- **WHAT YOU SHOULD DO**: Starting with the line that contains "FILE_NAME('','',(''),(''),'','','');" and stopping after the line that contains "#6=IFCDIMENSIONALEXPONENTS(0,0,0,0,0,0,0);", return each line below exactly as written, with no others.

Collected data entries
----
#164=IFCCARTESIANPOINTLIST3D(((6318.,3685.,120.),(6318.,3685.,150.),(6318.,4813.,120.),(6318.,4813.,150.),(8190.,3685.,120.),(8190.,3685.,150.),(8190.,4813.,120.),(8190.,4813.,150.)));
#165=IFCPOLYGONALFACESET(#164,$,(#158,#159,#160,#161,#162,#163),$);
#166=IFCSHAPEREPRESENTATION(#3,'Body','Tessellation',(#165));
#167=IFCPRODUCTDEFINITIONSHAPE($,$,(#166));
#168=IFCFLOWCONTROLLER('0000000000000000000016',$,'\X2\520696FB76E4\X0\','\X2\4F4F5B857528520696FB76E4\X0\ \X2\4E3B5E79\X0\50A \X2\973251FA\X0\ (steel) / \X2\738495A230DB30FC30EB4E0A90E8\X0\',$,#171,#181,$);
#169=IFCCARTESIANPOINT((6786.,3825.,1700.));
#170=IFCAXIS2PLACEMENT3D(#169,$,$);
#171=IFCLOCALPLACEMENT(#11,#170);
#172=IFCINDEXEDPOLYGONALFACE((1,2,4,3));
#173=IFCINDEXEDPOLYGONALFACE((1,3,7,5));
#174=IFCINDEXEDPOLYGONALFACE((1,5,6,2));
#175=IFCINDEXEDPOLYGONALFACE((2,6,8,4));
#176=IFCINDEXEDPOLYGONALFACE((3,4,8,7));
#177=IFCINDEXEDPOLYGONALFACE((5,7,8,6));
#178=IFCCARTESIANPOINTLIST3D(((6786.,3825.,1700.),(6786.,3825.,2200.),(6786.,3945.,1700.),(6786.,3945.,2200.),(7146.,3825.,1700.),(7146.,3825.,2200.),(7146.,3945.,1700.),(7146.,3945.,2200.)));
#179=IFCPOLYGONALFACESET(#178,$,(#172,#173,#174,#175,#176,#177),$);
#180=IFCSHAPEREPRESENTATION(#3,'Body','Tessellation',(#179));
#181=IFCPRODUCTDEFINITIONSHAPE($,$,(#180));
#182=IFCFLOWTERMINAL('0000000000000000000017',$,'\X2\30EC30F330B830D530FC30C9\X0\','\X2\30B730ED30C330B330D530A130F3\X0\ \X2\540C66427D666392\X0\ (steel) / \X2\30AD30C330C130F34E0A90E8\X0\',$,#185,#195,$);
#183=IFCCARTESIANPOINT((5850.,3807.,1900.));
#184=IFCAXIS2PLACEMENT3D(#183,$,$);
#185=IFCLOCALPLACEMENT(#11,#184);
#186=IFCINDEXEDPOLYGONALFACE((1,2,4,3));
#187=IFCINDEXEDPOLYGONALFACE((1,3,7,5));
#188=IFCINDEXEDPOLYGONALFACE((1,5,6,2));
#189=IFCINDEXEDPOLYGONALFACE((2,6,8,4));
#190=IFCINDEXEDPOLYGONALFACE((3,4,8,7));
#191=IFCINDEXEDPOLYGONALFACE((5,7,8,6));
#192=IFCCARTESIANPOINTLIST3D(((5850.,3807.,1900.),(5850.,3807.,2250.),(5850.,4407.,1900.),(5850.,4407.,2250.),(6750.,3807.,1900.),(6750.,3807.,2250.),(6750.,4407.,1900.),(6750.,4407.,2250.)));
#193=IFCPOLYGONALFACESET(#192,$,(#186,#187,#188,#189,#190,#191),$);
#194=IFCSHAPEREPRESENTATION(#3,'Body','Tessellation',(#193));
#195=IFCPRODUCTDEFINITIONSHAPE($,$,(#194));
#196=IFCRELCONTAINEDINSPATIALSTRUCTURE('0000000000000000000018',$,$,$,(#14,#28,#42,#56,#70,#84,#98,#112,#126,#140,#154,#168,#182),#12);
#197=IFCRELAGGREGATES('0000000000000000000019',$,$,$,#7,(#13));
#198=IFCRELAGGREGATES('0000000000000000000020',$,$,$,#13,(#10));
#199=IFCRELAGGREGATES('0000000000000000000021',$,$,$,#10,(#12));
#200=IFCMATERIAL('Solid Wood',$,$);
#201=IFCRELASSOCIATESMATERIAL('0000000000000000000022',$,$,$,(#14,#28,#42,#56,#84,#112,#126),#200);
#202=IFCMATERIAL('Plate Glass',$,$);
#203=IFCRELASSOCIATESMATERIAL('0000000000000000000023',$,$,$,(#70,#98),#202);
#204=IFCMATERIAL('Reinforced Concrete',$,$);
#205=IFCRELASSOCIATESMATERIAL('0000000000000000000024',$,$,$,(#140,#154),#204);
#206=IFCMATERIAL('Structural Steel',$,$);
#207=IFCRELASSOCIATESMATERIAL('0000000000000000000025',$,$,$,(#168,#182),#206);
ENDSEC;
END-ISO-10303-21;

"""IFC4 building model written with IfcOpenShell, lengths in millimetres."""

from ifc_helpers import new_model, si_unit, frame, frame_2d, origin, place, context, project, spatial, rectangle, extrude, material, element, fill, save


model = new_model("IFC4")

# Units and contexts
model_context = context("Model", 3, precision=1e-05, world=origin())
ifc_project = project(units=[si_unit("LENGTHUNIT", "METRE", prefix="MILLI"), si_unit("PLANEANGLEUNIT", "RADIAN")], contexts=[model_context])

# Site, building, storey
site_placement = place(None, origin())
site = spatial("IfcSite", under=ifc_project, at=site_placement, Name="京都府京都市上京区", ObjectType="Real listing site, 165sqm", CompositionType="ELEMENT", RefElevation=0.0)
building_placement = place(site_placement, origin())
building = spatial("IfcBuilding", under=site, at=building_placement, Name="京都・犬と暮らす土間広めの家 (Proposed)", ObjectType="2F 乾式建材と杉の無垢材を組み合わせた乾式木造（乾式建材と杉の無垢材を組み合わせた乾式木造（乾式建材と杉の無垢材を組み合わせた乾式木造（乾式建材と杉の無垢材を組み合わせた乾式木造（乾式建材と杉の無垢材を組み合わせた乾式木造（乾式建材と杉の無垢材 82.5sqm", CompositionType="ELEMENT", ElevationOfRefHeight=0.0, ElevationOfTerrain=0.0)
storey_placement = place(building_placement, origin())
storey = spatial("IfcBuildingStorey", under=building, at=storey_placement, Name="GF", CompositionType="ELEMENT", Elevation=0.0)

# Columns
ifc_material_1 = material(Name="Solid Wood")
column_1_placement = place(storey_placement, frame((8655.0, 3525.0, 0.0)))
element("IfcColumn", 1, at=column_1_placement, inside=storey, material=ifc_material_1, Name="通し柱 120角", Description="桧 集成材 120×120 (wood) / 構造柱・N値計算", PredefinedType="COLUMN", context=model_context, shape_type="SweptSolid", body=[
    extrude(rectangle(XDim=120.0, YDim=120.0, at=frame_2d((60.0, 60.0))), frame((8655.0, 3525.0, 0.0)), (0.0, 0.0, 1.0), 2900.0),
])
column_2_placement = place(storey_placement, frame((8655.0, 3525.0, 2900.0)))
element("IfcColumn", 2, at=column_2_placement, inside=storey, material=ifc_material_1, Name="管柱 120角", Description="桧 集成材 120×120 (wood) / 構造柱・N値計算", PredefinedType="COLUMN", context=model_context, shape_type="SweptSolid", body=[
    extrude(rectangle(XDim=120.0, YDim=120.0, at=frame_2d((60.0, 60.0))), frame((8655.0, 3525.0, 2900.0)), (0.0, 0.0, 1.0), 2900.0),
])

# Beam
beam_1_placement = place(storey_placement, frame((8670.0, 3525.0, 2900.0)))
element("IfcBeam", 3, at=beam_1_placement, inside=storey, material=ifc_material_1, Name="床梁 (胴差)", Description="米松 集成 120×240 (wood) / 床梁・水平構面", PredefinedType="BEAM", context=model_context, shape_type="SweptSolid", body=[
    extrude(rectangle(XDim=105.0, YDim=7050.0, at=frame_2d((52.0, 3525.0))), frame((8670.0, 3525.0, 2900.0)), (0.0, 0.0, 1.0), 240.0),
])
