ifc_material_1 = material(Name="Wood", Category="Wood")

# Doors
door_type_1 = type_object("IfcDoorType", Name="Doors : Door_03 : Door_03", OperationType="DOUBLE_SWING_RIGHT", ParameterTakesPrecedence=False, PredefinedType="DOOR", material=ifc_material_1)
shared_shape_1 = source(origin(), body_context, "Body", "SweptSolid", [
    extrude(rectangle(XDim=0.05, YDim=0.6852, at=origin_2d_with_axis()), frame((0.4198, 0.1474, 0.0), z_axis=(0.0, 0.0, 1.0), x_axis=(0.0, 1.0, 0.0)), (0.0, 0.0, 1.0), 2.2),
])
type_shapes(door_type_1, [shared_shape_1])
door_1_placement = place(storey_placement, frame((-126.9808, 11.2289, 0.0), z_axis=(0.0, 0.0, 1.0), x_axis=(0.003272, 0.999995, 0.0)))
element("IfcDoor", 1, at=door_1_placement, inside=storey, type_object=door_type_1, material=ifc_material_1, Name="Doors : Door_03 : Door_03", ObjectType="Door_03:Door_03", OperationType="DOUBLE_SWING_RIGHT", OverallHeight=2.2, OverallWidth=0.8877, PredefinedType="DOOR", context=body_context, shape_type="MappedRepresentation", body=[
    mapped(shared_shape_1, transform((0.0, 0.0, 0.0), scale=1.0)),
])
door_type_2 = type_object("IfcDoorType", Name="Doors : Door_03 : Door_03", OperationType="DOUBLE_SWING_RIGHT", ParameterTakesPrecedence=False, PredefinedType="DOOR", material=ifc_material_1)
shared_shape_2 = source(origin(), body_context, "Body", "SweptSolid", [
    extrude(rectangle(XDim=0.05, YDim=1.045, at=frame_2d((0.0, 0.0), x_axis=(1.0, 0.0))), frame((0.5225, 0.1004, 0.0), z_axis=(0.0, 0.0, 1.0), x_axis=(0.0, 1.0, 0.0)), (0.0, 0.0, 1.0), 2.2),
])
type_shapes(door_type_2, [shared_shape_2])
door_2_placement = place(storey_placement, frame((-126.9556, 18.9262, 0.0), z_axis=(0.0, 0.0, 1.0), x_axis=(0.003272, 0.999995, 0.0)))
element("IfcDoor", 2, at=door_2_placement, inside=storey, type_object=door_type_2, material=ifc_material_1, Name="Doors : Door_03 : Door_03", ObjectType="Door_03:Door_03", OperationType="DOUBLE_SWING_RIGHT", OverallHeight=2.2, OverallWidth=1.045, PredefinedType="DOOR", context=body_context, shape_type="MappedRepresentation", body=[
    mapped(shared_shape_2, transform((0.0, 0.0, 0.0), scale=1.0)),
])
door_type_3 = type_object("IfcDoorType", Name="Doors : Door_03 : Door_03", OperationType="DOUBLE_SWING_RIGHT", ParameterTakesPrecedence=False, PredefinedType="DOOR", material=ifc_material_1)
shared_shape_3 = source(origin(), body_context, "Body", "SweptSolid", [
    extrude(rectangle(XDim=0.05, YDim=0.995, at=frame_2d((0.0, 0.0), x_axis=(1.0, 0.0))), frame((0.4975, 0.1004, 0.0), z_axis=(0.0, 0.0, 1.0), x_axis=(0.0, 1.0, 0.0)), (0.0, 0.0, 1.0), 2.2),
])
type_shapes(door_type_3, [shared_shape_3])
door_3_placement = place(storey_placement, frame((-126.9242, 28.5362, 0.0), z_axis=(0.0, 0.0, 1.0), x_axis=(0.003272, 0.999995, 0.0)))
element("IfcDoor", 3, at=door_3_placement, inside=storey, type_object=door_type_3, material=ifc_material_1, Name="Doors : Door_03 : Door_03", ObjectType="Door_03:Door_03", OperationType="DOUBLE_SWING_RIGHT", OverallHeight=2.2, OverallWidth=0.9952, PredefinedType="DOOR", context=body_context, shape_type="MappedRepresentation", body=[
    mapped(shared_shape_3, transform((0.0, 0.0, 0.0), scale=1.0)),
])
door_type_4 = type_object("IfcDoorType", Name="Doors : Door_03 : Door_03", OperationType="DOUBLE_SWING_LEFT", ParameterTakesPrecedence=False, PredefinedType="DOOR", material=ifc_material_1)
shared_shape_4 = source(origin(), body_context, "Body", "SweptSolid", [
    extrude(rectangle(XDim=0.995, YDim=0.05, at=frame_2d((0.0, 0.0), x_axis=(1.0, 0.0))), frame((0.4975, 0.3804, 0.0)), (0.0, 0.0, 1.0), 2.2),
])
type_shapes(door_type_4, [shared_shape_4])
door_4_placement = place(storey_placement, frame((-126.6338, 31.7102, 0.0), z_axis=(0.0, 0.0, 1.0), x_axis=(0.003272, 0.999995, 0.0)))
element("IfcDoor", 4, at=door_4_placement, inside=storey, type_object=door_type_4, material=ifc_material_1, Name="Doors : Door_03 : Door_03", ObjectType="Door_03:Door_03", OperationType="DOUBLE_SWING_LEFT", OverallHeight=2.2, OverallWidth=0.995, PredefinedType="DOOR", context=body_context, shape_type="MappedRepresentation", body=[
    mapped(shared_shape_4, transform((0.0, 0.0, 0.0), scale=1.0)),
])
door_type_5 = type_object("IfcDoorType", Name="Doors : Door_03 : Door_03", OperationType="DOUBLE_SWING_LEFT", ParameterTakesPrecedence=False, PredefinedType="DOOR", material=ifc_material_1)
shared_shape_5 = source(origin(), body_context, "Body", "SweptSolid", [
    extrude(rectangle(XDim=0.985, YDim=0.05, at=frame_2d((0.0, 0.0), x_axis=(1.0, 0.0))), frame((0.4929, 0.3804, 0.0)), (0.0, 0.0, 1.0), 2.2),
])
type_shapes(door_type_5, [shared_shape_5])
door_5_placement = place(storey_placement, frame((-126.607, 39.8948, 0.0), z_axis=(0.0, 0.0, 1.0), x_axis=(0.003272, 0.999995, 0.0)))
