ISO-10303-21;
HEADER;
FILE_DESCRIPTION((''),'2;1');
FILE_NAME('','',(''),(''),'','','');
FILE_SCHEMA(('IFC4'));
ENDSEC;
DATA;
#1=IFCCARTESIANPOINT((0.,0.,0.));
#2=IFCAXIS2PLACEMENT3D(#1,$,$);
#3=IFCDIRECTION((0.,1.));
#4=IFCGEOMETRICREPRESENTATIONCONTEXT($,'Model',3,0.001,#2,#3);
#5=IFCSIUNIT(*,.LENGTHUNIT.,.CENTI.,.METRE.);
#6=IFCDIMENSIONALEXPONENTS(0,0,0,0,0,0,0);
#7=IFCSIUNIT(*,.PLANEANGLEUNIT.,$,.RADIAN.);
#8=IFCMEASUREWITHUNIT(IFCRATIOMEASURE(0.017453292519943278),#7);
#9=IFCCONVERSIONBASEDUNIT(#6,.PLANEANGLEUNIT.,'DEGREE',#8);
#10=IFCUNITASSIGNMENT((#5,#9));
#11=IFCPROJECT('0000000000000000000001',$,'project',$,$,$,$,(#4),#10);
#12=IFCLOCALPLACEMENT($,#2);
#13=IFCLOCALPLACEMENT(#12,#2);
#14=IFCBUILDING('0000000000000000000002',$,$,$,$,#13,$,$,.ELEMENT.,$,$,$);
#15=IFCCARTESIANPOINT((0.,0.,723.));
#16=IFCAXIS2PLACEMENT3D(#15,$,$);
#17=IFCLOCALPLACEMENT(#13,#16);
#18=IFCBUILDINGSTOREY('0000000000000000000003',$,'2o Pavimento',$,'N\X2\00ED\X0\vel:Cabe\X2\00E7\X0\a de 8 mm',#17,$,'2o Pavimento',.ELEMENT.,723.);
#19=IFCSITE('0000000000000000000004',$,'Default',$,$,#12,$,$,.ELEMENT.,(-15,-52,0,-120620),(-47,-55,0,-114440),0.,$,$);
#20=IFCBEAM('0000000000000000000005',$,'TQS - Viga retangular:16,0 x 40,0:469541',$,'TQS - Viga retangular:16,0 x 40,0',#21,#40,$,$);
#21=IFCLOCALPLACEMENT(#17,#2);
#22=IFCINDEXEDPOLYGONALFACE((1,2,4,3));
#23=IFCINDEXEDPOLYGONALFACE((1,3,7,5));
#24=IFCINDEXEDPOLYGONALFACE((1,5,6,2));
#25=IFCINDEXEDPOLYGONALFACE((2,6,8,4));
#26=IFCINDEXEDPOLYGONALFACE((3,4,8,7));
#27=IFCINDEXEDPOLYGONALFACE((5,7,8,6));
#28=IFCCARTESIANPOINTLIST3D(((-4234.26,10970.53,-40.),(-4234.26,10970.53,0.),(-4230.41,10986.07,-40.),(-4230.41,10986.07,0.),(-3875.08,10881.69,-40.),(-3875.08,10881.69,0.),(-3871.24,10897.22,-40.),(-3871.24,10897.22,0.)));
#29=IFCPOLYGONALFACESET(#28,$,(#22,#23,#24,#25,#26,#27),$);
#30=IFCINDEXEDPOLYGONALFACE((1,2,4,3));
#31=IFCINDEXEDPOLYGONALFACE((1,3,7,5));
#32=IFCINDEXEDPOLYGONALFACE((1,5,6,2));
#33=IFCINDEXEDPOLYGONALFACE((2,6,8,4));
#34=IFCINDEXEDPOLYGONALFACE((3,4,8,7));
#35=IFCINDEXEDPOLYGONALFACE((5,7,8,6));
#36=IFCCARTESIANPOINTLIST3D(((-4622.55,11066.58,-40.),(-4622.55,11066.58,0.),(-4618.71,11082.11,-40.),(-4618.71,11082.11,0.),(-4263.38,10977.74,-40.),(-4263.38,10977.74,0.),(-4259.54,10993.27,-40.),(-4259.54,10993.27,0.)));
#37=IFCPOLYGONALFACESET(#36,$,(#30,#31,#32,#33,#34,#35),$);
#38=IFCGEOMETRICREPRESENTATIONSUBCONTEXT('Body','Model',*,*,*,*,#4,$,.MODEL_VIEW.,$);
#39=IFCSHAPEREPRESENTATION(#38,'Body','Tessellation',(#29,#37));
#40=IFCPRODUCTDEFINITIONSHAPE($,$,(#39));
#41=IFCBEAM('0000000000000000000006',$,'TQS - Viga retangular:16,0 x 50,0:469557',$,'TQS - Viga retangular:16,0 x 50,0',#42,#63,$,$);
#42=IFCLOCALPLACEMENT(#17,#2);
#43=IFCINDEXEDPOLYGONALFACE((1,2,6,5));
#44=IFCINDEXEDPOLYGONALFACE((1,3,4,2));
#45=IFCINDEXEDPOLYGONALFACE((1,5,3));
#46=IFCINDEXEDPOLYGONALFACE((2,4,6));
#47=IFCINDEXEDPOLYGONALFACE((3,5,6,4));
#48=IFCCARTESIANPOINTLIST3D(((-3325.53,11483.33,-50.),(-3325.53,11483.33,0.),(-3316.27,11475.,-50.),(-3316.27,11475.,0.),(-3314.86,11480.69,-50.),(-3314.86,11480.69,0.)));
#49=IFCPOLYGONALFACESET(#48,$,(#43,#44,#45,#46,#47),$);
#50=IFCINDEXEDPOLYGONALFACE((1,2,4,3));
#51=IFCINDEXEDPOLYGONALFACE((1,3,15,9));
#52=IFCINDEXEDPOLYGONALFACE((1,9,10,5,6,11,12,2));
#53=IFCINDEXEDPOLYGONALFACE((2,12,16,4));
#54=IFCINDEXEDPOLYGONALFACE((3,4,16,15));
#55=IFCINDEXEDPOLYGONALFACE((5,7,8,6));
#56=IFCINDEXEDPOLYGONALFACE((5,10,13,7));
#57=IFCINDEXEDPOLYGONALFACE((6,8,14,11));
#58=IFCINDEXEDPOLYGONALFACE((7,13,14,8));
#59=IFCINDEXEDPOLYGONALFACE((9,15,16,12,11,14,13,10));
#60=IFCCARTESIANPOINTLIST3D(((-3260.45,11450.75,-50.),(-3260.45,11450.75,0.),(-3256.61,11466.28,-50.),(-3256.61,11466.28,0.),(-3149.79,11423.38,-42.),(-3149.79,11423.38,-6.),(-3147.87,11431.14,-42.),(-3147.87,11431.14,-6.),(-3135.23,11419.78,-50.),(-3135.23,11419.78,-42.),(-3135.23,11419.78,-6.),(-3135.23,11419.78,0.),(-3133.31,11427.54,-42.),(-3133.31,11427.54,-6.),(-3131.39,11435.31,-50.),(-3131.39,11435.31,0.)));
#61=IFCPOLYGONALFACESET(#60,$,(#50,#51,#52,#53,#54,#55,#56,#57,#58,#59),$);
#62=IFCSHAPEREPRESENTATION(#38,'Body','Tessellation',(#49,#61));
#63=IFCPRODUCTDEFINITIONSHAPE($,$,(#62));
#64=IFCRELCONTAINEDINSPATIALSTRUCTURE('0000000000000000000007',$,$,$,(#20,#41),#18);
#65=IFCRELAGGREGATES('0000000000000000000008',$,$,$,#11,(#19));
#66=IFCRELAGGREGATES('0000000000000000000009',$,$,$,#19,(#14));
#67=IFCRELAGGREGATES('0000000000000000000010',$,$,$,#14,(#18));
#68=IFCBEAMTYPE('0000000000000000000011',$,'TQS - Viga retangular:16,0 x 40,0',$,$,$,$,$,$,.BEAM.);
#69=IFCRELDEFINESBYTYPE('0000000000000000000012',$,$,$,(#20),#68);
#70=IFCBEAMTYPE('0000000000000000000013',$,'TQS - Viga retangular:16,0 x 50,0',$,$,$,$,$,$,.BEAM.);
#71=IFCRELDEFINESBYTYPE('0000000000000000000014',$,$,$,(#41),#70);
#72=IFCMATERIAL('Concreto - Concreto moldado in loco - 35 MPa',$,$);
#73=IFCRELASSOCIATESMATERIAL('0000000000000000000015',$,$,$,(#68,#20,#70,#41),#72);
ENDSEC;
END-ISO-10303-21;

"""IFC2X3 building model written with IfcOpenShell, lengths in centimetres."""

from ifc_helpers import new_model, entity, si_unit, converted_unit, direction, frame, frame_2d, origin, origin_2d_with_axis, place, context, subcontext, project, spatial, polyline, rectangle, extrude, boolean, clip, halfspace, bounded_halfspace, source, transform, mapped, material, type_object, type_shapes, element, save


model = new_model("IFC2X3")

# Units and contexts
model_context = context("Model", 3, precision=0.001, world=origin(), true_north=direction((0.0, 1.0)))
body_context = subcontext(model_context, "Body", "Model", "MODEL_VIEW")
ifc_project = project(units=[si_unit("LENGTHUNIT", "METRE", prefix="CENTI"), converted_unit("PLANEANGLEUNIT", "DEGREE", entity("IfcRatioMeasure", 0.017453292519943278), si_unit("PLANEANGLEUNIT", "RADIAN"), dimensions=[0, 0, 0, 0, 0, 0, 0])], contexts=[model_context])

# Site, building, storey
site_placement = place(None, origin())
site = spatial("IfcSite", under=ifc_project, at=site_placement, Name="Default", CompositionType="ELEMENT", RefLatitude=(-15, -52, 0, -120620), RefLongitude=(-47, -55, 0, -114440), RefElevation=0.0)
building_placement = place(site_placement, origin())
building = spatial("IfcBuilding", under=site, at=building_placement, CompositionType="ELEMENT")
storey_placement = place(building_placement, frame((0.0, 0.0, 723.0)))
storey = spatial("IfcBuildingStorey", under=building, at=storey_placement, Name="2o Pavimento", ObjectType="Nível:Cabeça de 8 mm", LongName="2o Pavimento", CompositionType="ELEMENT", Elevation=723.0)

# Shared definitions
ifc_material = material(Name="Concreto - Concreto moldado in loco - 35 MPa")

# Beams
beam_type_1 = type_object("IfcBeamType", Name="TQS - Viga retangular:16,0 x 40,0", PredefinedType="BEAM", material=ifc_material)
shared_shape_1 = source(origin(), body_context, "Body", "SweptSolid", [
    extrude(rectangle(XDim=40.0, YDim=16.0, at=frame_2d((0.0, 0.0), x_axis=(1.0, 0.0))), frame((-3873.16, 10889.45, 703.0), z_axis=(-0.970743, 0.240122, 0.0), x_axis=(0.0, 0.0, 1.0)), (0.0, 0.0, 1.0), 370.0),
    extrude(rectangle(XDim=40.0, YDim=16.0, at=origin_2d_with_axis()), frame((-4261.46, 10985.5, 703.0), z_axis=(-0.970743, 0.240122, 0.0), x_axis=(0.0, 0.0, 1.0)), (0.0, 0.0, 1.0), 370.0),
])
type_shapes(beam_type_1, [shared_shape_1])
beam_1_placement = place(storey_placement, frame((0.0, 0.0, -723.0)))
element("IfcBeam", 1, at=beam_1_placement, inside=storey, type_object=beam_type_1, material=ifc_material, Name="TQS - Viga retangular:16,0 x 40,0:469541", ObjectType="TQS - Viga retangular:16,0 x 40,0", context=body_context, shape_type="MappedRepresentation", body=[
    mapped(shared_shape_1, transform((0.0, 0.0, 0.0), scale=1.0)),
])
beam_type_2 = type_object("IfcBeamType", Name="TQS - Viga retangular:16,0 x 50,0", PredefinedType="BEAM", material=ifc_material)
shared_shape_2 = source(origin(), body_context, "Body", "SweptSolid", [
    clip(extrude(rectangle(XDim=50.0, YDim=5.87, at=frame_2d((0.0, 0.0), x_axis=(1.0, 0.0))), frame((-3315.56, 11477.84, 698.0), z_axis=(-0.970743, 0.240122, 0.0), x_axis=(0.0, 0.0, 1.0)), (0.0, 0.0, 1.0), 11.0), halfspace(frame((-3300.25, 11460.6, 723.0), z_axis=(-0.668693, -0.743539, 0.0), x_axis=(0.743539, -0.668693, 0.0)), False)),
    boolean("DIFFERENCE", clip(extrude(rectangle(XDim=50.0, YDim=16.0, at=frame_2d((0.0, 0.0), x_axis=(0.0, 1.0))), frame((-3133.31, 11427.54, 698.0), z_axis=(-0.970743, 0.240122, 0.0), x_axis=(0.240122, 0.970743, 0.0)), (0.0, 0.0, 1.0), 129.0), bounded_halfspace(frame((-3147.87, 11431.14, 681.0), z_axis=(0.970743, -0.240122, 0.0), x_axis=(-0.240122, -0.970743, 0.0)), False, frame((-3133.31, 11427.54, 698.0), z_axis=(-0.970743, 0.240122, 0.0), x_axis=(0.240122, 0.970743, 0.0)), polyline([(0.0, 17.0), (0.0, -19.0), (-8.0, -19.0), (-8.0, -9.0), (-8.0, 17.0), (0.0, 17.0)]))), extrude(rectangle(XDim=36.0, YDim=8.0, at=frame_2d((0.0, 0.0), x_axis=(0.0, 1.0))), frame((-3134.27, 11423.66, 699.0), z_axis=(0.970743, -0.240122, 0.0), x_axis=(0.240122, 0.970743, 0.0)), (0.0, 0.0, -1.0), 15.0)),
])
type_shapes(beam_type_2, [shared_shape_2])
beam_2_placement = place(storey_placement, frame((0.0, 0.0, -723.0)))
element("IfcBeam", 2, at=beam_2_placement, inside=storey, type_object=beam_type_2, material=ifc_material, Name="TQS - Viga retangular:16,0 x 50,0:469557", ObjectType="TQS - Viga retangular:16,0 x 50,0", context=body_context, shape_type="MappedRepresentation", body=[
    mapped(shared_shape_2, transform((0.0, 0.0, 0.0), scale=1.0)),
])

save(model, "model.ifc")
----
- **ANSWER SECTION**:
FILE_NAME('','',(''),(''),'','','');
FILE_SCHEMA(('IFC4'));
ENDSEC;
DATA;
#1=IFCCARTESIANPOINT((0.,0.,0.));
#2=IFCAXIS2PLACEMENT3D(#1,$,$);
#3=IFCDIRECTION((0.,1.));
#4=IFCGEOMETRICREPRESENTATIONCONTEXT($,'Model',3,0.001,#2,#3);
#5=IFCSIUNIT(*,.LENGTHUNIT.,.CENTI.,.METRE.);
#6=IFCDIMENSIONALEXPONENTS(0,0,0,0,0,0,0);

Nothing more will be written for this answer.